I think the VC part of the comparison, and maybe part of the RJ as well, comes from his hops. Keep in mind that most Americans still think of VC as a high flying dunker. All they see of him is all-star games and highlights.

Chuck wants to nick him the 'Sky Pilot' because of his hops and the fact he is a licensed pilot.

Joey said he was transitioning himself back to his natural positon of SG or SF (can't remember which he said) and was working on bringing the ball up the court, his ballhandling, and shooting. He was very proud of his 3pt shooting recently.

Some comments from other coaches and such on the radio this summer have suggested his D was actually weaker than most of us think, and that his offense is far better than we think.
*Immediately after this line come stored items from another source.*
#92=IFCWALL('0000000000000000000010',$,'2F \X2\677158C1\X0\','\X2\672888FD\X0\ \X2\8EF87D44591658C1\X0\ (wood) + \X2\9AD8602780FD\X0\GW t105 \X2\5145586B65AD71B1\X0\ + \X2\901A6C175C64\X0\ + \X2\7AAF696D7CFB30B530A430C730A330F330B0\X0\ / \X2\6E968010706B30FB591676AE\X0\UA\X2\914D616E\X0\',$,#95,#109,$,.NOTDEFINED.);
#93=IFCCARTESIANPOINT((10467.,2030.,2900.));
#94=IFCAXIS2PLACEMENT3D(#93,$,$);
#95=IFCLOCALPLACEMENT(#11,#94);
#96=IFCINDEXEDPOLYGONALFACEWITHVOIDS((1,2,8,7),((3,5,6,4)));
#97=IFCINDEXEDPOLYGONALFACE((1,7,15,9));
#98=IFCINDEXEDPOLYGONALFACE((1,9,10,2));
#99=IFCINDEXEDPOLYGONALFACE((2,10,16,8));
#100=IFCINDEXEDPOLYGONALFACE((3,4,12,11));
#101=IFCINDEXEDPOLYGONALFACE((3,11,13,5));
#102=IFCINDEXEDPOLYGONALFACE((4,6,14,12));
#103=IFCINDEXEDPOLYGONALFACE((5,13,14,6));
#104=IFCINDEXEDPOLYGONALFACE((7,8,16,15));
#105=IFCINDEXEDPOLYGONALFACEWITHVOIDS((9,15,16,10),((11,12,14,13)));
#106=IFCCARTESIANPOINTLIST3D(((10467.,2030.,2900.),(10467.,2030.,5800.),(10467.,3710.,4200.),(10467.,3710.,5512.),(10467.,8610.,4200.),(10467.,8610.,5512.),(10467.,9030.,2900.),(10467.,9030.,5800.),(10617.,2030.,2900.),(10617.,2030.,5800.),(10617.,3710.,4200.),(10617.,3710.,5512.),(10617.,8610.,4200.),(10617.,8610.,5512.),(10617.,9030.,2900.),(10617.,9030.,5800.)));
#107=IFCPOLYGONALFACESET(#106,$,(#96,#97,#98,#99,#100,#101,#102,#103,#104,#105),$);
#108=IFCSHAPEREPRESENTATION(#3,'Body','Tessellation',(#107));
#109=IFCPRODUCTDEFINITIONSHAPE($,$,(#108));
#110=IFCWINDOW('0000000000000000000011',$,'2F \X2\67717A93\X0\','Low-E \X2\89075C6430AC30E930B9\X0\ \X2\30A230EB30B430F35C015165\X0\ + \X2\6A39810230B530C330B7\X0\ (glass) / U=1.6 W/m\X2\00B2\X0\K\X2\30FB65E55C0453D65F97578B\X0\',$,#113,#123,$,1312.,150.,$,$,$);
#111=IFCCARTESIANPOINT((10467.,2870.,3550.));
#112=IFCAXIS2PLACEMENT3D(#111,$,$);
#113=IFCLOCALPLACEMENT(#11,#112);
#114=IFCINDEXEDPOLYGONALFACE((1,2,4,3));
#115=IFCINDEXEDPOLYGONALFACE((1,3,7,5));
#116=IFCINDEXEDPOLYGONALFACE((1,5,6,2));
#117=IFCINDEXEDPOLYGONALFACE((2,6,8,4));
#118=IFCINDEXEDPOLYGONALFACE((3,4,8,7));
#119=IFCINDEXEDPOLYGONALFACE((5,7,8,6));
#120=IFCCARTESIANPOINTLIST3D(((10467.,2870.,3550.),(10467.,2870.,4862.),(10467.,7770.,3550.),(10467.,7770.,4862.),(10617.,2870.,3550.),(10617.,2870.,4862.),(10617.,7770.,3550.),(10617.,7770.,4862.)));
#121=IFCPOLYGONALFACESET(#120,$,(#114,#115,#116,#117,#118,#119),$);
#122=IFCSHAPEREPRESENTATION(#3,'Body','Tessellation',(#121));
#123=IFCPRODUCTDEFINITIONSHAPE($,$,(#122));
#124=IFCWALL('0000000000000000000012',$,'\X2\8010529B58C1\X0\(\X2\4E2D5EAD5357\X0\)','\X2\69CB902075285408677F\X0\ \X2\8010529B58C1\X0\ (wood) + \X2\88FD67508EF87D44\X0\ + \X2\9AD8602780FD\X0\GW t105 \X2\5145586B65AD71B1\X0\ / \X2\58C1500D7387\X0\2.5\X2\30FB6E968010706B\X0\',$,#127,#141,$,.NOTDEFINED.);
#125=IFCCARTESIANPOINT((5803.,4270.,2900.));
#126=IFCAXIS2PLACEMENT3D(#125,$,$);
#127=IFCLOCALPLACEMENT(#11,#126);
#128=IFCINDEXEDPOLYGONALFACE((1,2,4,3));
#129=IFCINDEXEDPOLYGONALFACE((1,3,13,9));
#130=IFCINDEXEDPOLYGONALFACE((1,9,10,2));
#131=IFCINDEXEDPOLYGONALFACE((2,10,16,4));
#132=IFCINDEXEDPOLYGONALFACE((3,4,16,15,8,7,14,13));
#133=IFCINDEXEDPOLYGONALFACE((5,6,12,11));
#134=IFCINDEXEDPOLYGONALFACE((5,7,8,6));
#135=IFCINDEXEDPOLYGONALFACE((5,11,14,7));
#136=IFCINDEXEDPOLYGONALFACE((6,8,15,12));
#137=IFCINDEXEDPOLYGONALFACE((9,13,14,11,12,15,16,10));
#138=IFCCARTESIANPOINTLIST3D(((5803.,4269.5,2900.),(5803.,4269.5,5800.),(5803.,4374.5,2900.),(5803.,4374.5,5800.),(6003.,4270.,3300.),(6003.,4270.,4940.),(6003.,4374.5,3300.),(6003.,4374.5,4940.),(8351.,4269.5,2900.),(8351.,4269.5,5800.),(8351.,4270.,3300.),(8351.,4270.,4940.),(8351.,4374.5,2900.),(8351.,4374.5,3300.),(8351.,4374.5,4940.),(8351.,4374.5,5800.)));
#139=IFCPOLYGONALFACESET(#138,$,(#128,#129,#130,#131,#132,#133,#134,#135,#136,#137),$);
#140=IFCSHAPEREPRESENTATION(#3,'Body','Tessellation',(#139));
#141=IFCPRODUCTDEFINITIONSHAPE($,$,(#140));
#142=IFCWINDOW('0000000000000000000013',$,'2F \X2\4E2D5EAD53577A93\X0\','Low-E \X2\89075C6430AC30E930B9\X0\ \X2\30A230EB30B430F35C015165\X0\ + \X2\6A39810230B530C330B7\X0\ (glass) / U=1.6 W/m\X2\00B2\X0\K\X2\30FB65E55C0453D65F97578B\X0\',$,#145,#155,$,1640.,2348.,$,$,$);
Artest is a much better offensive player than he gets credit for because of his dominant D. Maggette is a great slasher that goes to the line consistantly. RJ is a solid all-around talent with a weak outside shot. Graham will be Graham. Right now he is a bit of a mystery in terms of how his game will adapt to the pro style. Desmond Mason is a natural comparison because they both came from the same college system. But it seems that whatever style Graham brings that he will be an above average talent in the league.

I would have liked Joey at 7 in the draft if we decided that Green and Bynum were several years away from contributing. I didn't want Charlie with ANY pick, except maybe 58, but I hope Charlie will make me look stupid for saying that one day.

We need both of them to deliver.


----------



## Unknownone (May 14, 2005)

blowuptheraptors said:


> Said he was working out with the San Antonio guys when not on his own.
> 
> Good news.


Swirsky cracked a joke about Graham schoolin' the SA players... Graham also mentioned that he was workin' on his 3 point shot to accommodate the longer NBA distance and that it was comin' along nicely - Chuck offered his preferred nickname for Joey: Skypilot...


----------



## Rhubarb (Mar 19, 2005)

Man, Joey is gonna rip it up. The season can't come any quicker.


----------



## adhir1 (Dec 28, 2004)

u no what would be hype...if Joey and Charlie got co ROY honours....what better way to shut Steven A Smith up.....talk about a pipe dream....


----------



## skip2 (Aug 4, 2005)

Original ScarFace said:


> anyone wouldn't happen to have the interview on their computer do they?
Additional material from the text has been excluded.